Dump remains viable for ext2 and ext3 file systems and it seems reasonable to continue to provide it for them. Would documenting the ext4 deficiencies in the BUGS section of the man page be sufficient? How about a warning in the RPM description? Even if we choose to drop dump(8), I think we should continue to provide restore(8) for a very long time to support restoring from existing old backups.
Rather than documenting flaws that may corrupt data, it would be far better to use the compatibility flags and reject any filesystem that has a feature flag dump/restore doesn't understand, I think. (given that we didn't reject them for quite some time, perhaps documentation + safeguarding in the future would both be wise) -Eric
But I guess that requires an active upstream to push that change to ....
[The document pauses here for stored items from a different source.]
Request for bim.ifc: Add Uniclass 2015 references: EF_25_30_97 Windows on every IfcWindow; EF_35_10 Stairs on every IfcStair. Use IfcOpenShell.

First a look at what the model holds.

```python
import ifcopenshell

model = ifcopenshell.open("bim.ifc")
print(model.schema)
print("classifications:", [c.Name for c in model.by_type("IfcClassification")])
for ifc_class in ("IfcDoor", "IfcRoof", "IfcStair", "IfcWall", "IfcWindow"):
    print(ifc_class, len(model.by_type(ifc_class)))
```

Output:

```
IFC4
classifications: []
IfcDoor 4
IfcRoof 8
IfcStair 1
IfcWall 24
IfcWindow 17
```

```python
import ifcopenshell
import ifcopenshell.api.classification

model = ifcopenshell.open("bim.ifc")

system = ifcopenshell.api.classification.add_classification(model, classification="Uniclass 2015")

codes = {
    "IfcWindow": ("EF_25_30_97", "Windows"),
    "IfcStair": ("EF_35_10", "Stairs"),
}
for ifc_class, (code, name) in codes.items():
    products = model.by_type(ifc_class)
    ifcopenshell.api.classification.add_reference(
        model, products=products, classification=system, identification=code, name=name
    )
    print(code, len(products))

model.write("bim_v2.ifc")
```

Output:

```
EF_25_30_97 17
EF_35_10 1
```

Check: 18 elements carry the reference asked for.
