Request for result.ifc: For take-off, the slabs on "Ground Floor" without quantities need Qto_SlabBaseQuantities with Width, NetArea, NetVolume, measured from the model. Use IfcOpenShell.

First a look at what the model holds.

```python
import ifcopenshell
import ifcopenshell.util.element
import ifcopenshell.util.unit

model = ifcopenshell.open("result.ifc")
print(model.schema)
for unit_type in ("LENGTHUNIT", "AREAUNIT", "VOLUMEUNIT"):
    print(unit_type, ifcopenshell.util.unit.calculate_unit_scale(model, unit_type))
storey = next(s for s in model.by_type("IfcBuildingStorey") if s.Name == "Ground Floor")
slabs = [e for e in ifcopenshell.util.element.get_decomposition(storey) if e.is_a("IfcSlab")]
for e in sorted(slabs, key=lambda e: e.id()):
    print(e.id(), e.is_a(), e.Name, list(ifcopenshell.util.element.get_psets(e, qtos_only=True)), sep=" | ")
```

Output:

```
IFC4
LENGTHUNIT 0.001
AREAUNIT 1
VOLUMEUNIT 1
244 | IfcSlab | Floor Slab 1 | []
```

```python
import ifcopenshell
import ifcopenshell.api.pset
import ifcopenshell.geom
import ifcopenshell.util.element
import ifcopenshell.util.shape
import ifcopenshell.util.unit

model = ifcopenshell.open("result.ifc")
unit_scale = ifcopenshell.util.unit.calculate_unit_scale(model)
area_scale = ifcopenshell.util.unit.calculate_unit_scale(model, "AREAUNIT")
volume_scale = ifcopenshell.util.unit.calculate_unit_scale(model, "VOLUMEUNIT")
settings = ifcopenshell.geom.settings()

storey = next(s for s in model.by_type("IfcBuildingStorey") if s.Name == "Ground Floor")
slabs = [e for e in ifcopenshell.util.element.get_decomposition(storey) if e.is_a("IfcSlab")]

for e in sorted(slabs, key=lambda e: e.id()):
    if ifcopenshell.util.element.get_psets(e, qtos_only=True, should_inherit=False):
        continue
    # Geometry comes back in metres, in the element's own axes.
    shape = ifcopenshell.geom.create_shape(settings, e)
    values = {
        "Width": ifcopenshell.util.shape.get_z(shape.geometry) / unit_scale,
        "NetArea": ifcopenshell.util.shape.get_footprint_area(shape.geometry) / area_scale,
        "NetVolume": ifcopenshell.util.shape.get_volume(shape.geometry) / volume_scale,
    }
    qto = ifcopenshell.api.pset.add_qto(model, product=e, name="Qto_SlabBaseQuantities")
    ifcopenshell.api.pset.edit_qto(model, qto=qto, properties=values)
    print(e.id(), {k: round(v, 3) for k, v in values.items()})

model.write("result-out.ifc")
```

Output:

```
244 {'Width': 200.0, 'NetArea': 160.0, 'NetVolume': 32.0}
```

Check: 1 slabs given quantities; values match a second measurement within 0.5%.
(In reply to Jeff Makey from comment #2) > Dump remains viable for ext2 and ext3 file systems and it seems reasonable > to continue to provide it for them. Would documenting the ext4 deficiencies > in the BUGS section of the man page be sufficient? How about a warning in > the RPM description? > > Even if we choose to drop dump(8), I think we should continue to provide > restore(8) for a very long time to support restoring from existing old > backups. Hello, documenting ext4 deficiencies does not excuse us from shipping deprecated software with know bugs for backup purposes of all things - that's not something I am willing to get behind. I'd go as far as to say don't use it for backup at all. But if there is still enough interest we can perhaps say it's not supported on ext4 at all and leave it for ext2/3 file system while checking and rejecting unsupported features. But even then, there is no active upstream, it's not being tested upstream and I am not really sure how much (if any) testing it receives internally. If we do make the commitment to support it further by at least checking for features and making sure we disallow anything that the tool will not recognize, or might have problems with (such as extents), then we have to make a decision whether it's something to push upstream (which is dead, it could be forked or we can talk to the last maintainer to make some arrangements), or we maintain it internally. I think that far better option is to just drop it entirely. It is dead and people should move on. However you've made a very good and sensible point with restore(8) and I do agree we should keep it around for existing old backups. -Lukas
This bug appears to have been reported against 'rawhide' during the Fedora 34 development cycle. Changing version to 34.